Use this chapter as targeted revision: attempt the Easy set first to confirm your basics on The French Revolution (Old Syllabus), then move to Medium and Hard to test application and problem-solving. Your accuracy, streaks and XP save automatically, and the chapter feeds into your overall Class 9 Social Science mastery score. A few sample questions are shown below; sign in free to practise all 45.
Key concepts: The French Revolution (Old Syllabus) (Class 9 Social Science)

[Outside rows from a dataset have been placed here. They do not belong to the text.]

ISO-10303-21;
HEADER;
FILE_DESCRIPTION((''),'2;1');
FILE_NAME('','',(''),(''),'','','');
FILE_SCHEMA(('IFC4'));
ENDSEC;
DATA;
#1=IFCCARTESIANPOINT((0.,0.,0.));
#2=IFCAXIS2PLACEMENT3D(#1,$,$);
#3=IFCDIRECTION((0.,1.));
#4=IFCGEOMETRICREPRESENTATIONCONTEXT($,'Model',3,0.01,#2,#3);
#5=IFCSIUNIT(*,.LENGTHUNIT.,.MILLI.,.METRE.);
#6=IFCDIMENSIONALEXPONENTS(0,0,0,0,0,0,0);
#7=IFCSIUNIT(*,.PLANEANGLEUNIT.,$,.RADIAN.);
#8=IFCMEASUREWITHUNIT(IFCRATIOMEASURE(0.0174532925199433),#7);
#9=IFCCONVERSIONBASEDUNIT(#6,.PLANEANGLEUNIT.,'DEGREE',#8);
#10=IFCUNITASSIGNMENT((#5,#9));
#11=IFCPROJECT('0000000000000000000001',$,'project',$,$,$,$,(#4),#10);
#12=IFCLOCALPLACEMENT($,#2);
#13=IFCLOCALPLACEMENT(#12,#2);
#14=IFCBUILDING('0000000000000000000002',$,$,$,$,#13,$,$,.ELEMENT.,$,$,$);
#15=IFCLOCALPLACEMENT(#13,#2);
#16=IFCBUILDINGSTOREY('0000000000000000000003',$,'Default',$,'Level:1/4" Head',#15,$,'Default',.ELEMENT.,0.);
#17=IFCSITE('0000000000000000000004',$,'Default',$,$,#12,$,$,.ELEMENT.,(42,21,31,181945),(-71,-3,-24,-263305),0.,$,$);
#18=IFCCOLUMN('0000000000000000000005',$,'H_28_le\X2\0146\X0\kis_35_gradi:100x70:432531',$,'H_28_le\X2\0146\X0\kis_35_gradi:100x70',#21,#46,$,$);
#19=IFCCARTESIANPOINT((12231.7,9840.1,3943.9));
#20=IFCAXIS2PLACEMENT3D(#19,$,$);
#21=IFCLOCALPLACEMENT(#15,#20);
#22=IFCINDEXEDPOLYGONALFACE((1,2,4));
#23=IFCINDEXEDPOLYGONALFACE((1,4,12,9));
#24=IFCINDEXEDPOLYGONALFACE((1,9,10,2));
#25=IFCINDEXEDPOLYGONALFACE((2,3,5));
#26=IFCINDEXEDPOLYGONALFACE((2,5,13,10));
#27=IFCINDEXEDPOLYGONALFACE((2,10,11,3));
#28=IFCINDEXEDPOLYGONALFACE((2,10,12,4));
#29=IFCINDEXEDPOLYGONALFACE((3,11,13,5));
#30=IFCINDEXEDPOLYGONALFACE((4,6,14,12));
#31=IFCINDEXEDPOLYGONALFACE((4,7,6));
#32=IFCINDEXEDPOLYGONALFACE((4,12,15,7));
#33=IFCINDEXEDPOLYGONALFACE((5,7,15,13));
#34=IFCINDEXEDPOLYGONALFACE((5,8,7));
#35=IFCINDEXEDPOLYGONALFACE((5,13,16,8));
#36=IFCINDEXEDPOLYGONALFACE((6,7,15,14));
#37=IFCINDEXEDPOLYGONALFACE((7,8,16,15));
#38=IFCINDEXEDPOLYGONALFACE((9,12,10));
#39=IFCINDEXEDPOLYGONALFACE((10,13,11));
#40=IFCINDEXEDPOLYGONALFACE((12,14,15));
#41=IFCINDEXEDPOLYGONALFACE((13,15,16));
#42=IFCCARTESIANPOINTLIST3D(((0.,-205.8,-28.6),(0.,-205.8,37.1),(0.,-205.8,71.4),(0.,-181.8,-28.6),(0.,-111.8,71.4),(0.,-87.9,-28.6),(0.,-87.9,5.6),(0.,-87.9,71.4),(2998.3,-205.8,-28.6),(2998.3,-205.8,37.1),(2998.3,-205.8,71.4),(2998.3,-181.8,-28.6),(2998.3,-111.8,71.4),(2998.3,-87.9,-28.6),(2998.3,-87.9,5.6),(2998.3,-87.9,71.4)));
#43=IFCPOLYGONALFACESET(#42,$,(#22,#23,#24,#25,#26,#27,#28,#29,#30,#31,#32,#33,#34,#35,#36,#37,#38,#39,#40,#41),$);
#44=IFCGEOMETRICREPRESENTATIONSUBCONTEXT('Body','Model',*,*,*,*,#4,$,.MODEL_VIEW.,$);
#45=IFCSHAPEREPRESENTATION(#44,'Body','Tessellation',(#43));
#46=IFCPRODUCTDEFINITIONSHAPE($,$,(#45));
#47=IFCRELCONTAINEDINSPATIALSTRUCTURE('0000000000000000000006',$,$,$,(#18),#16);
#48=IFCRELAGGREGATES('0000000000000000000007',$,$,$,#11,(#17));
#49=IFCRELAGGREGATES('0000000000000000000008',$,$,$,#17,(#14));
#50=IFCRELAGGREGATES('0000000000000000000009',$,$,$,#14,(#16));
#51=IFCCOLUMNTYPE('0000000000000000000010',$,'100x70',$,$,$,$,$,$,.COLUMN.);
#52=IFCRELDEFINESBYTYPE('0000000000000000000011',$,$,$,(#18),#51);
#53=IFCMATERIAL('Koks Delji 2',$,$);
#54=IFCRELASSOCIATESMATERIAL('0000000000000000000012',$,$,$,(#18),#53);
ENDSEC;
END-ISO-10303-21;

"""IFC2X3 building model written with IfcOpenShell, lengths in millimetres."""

from ifc_helpers import new_model, entity, si_unit, converted_unit, direction, frame, frame_2d, origin, place, context, subcontext, project, spatial, rectangle, extrude, boolean, source, transform, mapped, material, type_object, type_shapes, element, save


model = new_model("IFC2X3")

# Units and contexts
model_context = context("Model", 3, precision=0.01, world=origin(), true_north=direction((0.0, 1.0)))
body_context = subcontext(model_context, "Body", "Model", "MODEL_VIEW")
ifc_project = project(units=[si_unit("LENGTHUNIT", "METRE", prefix="MILLI"), converted_unit("PLANEANGLEUNIT", "DEGREE", entity("IfcRatioMeasure", 0.0174532925199433), si_unit("PLANEANGLEUNIT", "RADIAN"), dimensions=[0, 0, 0, 0, 0, 0, 0])], contexts=[model_context])

# Site, building, storey
site_placement = place(None, origin())
site = spatial("IfcSite", under=ifc_project, at=site_placement, Name="Default", CompositionType="ELEMENT", RefLatitude=(42, 21, 31, 181945), RefLongitude=(-71, -3, -24, -263305), RefElevation=0.0)
building_placement = place(site_placement, origin())
building = spatial("IfcBuilding", under=site, at=building_placement, CompositionType="ELEMENT")
storey_placement = place(building_placement, origin())
storey = spatial("IfcBuildingStorey", under=building, at=storey_placement, Name="Default", ObjectType="Level:1/4\" Head", LongName="Default", CompositionType="ELEMENT", Elevation=0.0)

# Column
ifc_material_1 = material(Name="Koks Delji 2")
column_type = type_object("IfcColumnType", Name="100x70", PredefinedType="COLUMN")
shared_shape_1 = source(origin(), body_context, "Body", "CSG", [
    boolean("DIFFERENCE", extrude(rectangle(XDim=2998.3, YDim=117.9, at=frame_2d((0.0, 0.0), x_axis=(1.0, 0.0))), frame((1499.1, -146.8, -28.6)), (0.0, 0.0, 1.0), 100.0), extrude(rectangle(XDim=70.0, YDim=100.0, at=frame_2d((0.0, 0.0), x_axis=(0.0, 1.0))), frame((0.0, -146.8, 21.4), z_axis=(-1.0, 0.0, 0.0), x_axis=(0.0, -0.939693, -0.34202)), (0.0, 0.0, -1.0), 2998.3)),
])
type_shapes(column_type, [shared_shape_1])
for number, where, name in (
    (1, (12231.7, 9840.1, 3943.9), "H_28_leņkis_35_gradi:100x70:432531"),
):
    element("IfcColumn", number, at=place(storey_placement, frame(where)), inside=storey, type_object=column_type, material=ifc_material_1, Name=name, ObjectType="H_28_leņkis_35_gradi:100x70", context=body_context, shape_type="MappedRepresentation", body=[
        mapped(shared_shape_1, transform((0.0, 0.0, 0.0), scale=1.0)),
    ])

save(model, "model.ifc")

This chapter traces the causes, events and impact of the French Revolution of 1789, which ended absolute monarchy and spread the ideas of liberty, equality and fraternity.
- The Old Regime
- Pre-1789 French society was divided into three estates; the clergy and nobility were privileged and tax-exempt, while the Third Estate bore the tax burden.
- Causes of the revolution
- Financial crisis, an unjust tax system, food scarcity, and Enlightenment ideas (Rousseau, Montesquieu) questioning privilege and absolute rule.
- Outbreak of 1789
- The storming of the Bastille on 14 July 1789 became the symbol of the revolution; feudal privileges were abolished.
- Declaration of Rights
- The Declaration of the Rights of Man and Citizen proclaimed liberty, equality and rights for all citizens.
- Outcomes
- France became a republic; the monarchy was abolished; the Reign of Terror followed, and eventually Napoleon rose to power.
💡 Exam tips for The French Revolution (Old Syllabus)
- Remember the three slogans of the revolution: liberty, equality and fraternity.
- Link the financial crisis + Enlightenment ideas as the deeper causes, with the Bastille as the trigger.
Sample questions
On which date was the Bastille fortress stormed, marking the symbolic start of the French Revolution?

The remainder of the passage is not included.